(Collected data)
------------
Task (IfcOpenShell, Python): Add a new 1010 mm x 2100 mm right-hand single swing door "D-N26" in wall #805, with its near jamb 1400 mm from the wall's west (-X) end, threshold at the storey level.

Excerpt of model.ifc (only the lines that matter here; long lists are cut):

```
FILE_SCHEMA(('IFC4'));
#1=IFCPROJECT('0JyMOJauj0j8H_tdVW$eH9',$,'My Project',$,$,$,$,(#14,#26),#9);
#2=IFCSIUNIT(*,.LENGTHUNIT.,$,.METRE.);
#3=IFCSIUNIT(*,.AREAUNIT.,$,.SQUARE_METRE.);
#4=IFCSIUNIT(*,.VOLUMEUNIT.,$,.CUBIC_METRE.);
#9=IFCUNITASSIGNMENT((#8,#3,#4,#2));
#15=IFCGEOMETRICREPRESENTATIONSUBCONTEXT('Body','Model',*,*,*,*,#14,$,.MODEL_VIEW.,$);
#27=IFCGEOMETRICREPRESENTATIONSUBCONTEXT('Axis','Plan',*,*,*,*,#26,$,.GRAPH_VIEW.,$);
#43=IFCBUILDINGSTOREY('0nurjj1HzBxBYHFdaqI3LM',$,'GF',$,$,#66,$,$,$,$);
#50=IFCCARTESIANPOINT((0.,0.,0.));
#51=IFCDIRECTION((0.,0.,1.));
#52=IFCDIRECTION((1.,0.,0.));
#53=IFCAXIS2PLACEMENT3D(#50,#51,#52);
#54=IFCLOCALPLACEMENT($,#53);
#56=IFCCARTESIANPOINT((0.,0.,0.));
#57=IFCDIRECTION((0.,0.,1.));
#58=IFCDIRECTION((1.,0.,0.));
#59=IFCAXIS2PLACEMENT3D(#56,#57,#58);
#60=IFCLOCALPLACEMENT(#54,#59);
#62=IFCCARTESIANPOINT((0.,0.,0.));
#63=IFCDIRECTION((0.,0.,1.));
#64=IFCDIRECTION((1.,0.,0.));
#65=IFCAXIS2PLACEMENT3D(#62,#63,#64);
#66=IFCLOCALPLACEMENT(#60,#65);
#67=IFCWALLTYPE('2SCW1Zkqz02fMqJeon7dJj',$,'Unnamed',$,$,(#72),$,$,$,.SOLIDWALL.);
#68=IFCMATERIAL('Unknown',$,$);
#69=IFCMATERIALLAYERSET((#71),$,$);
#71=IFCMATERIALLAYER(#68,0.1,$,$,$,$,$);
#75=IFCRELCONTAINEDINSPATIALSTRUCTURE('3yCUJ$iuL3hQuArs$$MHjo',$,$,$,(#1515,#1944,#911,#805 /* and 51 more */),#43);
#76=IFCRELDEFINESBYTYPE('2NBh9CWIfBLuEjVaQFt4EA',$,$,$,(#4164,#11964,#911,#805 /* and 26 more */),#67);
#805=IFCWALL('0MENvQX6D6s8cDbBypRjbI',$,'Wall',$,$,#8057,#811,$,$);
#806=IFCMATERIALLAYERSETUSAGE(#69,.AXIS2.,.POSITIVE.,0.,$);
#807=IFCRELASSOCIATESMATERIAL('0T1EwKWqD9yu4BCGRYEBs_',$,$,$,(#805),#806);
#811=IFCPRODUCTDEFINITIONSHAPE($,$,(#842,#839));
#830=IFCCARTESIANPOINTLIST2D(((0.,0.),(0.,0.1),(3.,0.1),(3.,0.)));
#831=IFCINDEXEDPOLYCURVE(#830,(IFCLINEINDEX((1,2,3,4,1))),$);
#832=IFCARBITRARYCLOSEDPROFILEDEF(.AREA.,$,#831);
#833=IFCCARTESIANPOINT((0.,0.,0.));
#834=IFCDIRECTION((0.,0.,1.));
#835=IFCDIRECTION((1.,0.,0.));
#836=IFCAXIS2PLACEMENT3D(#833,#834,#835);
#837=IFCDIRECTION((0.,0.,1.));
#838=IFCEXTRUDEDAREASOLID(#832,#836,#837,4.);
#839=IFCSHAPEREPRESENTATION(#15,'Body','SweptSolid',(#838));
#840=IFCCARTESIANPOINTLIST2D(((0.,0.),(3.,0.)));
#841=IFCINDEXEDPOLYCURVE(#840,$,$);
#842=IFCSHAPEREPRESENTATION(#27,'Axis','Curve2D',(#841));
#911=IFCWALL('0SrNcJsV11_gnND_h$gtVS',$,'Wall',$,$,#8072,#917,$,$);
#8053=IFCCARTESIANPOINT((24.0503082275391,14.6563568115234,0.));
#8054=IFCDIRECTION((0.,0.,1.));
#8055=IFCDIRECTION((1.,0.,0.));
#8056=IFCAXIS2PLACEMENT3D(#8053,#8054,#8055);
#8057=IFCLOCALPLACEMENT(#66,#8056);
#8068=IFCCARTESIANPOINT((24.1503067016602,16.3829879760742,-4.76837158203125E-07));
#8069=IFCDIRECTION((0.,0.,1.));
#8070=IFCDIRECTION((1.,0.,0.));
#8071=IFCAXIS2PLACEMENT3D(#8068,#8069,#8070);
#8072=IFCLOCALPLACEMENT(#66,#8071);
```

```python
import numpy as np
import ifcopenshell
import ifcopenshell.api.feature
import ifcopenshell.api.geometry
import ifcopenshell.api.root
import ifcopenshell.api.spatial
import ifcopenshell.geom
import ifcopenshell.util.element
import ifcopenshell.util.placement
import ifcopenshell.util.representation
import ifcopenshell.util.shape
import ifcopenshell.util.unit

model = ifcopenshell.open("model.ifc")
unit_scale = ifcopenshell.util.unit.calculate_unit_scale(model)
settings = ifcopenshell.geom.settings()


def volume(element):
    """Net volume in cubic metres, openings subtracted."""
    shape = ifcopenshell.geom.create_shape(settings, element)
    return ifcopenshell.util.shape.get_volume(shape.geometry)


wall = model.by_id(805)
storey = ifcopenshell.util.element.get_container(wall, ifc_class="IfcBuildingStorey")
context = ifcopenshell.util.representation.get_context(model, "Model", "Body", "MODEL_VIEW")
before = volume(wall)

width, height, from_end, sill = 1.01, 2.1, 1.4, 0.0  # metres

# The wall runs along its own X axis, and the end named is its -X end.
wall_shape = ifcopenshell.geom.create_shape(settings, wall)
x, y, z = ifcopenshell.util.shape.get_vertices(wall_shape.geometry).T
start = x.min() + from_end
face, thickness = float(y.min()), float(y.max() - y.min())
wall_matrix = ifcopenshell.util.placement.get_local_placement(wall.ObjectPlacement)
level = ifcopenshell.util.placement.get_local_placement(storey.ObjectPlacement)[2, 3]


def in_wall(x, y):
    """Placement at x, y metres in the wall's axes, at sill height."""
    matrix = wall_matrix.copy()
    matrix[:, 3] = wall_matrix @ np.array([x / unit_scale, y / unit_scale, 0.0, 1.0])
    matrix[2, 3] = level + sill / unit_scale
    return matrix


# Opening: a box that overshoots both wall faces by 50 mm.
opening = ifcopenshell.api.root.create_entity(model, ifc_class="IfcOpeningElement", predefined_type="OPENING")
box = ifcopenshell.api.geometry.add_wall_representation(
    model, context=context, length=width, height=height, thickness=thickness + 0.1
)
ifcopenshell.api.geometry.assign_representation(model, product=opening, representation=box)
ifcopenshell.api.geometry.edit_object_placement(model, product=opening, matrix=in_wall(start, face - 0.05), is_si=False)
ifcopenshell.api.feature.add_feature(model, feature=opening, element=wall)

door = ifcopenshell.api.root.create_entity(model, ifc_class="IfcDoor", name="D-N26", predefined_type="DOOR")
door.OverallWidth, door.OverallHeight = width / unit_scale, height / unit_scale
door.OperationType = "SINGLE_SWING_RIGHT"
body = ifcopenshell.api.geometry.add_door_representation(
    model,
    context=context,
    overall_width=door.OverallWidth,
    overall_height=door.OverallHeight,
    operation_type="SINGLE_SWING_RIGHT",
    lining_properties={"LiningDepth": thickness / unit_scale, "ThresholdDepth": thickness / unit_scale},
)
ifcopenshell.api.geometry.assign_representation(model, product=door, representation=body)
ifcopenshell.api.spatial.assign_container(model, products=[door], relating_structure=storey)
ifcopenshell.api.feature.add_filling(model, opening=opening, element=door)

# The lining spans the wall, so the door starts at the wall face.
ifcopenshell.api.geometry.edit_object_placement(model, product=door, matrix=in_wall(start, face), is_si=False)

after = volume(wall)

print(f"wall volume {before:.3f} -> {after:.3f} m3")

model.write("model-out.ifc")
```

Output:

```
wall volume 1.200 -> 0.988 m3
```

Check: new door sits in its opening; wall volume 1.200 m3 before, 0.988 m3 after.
------------
WHAT YOU HAVE TO DO: Each line that contains the string "IFCLOCALPLACEMENT" should be copied from the data above.

COMPLETED EXERCISE:
#54=IFCLOCALPLACEMENT($,#53);
#60=IFCLOCALPLACEMENT(#54,#59);
#66=IFCLOCALPLACEMENT(#60,#65);
#8057=IFCLOCALPLACEMENT(#66,#8056);
#8072=IFCLOCALPLACEMENT(#66,#8071);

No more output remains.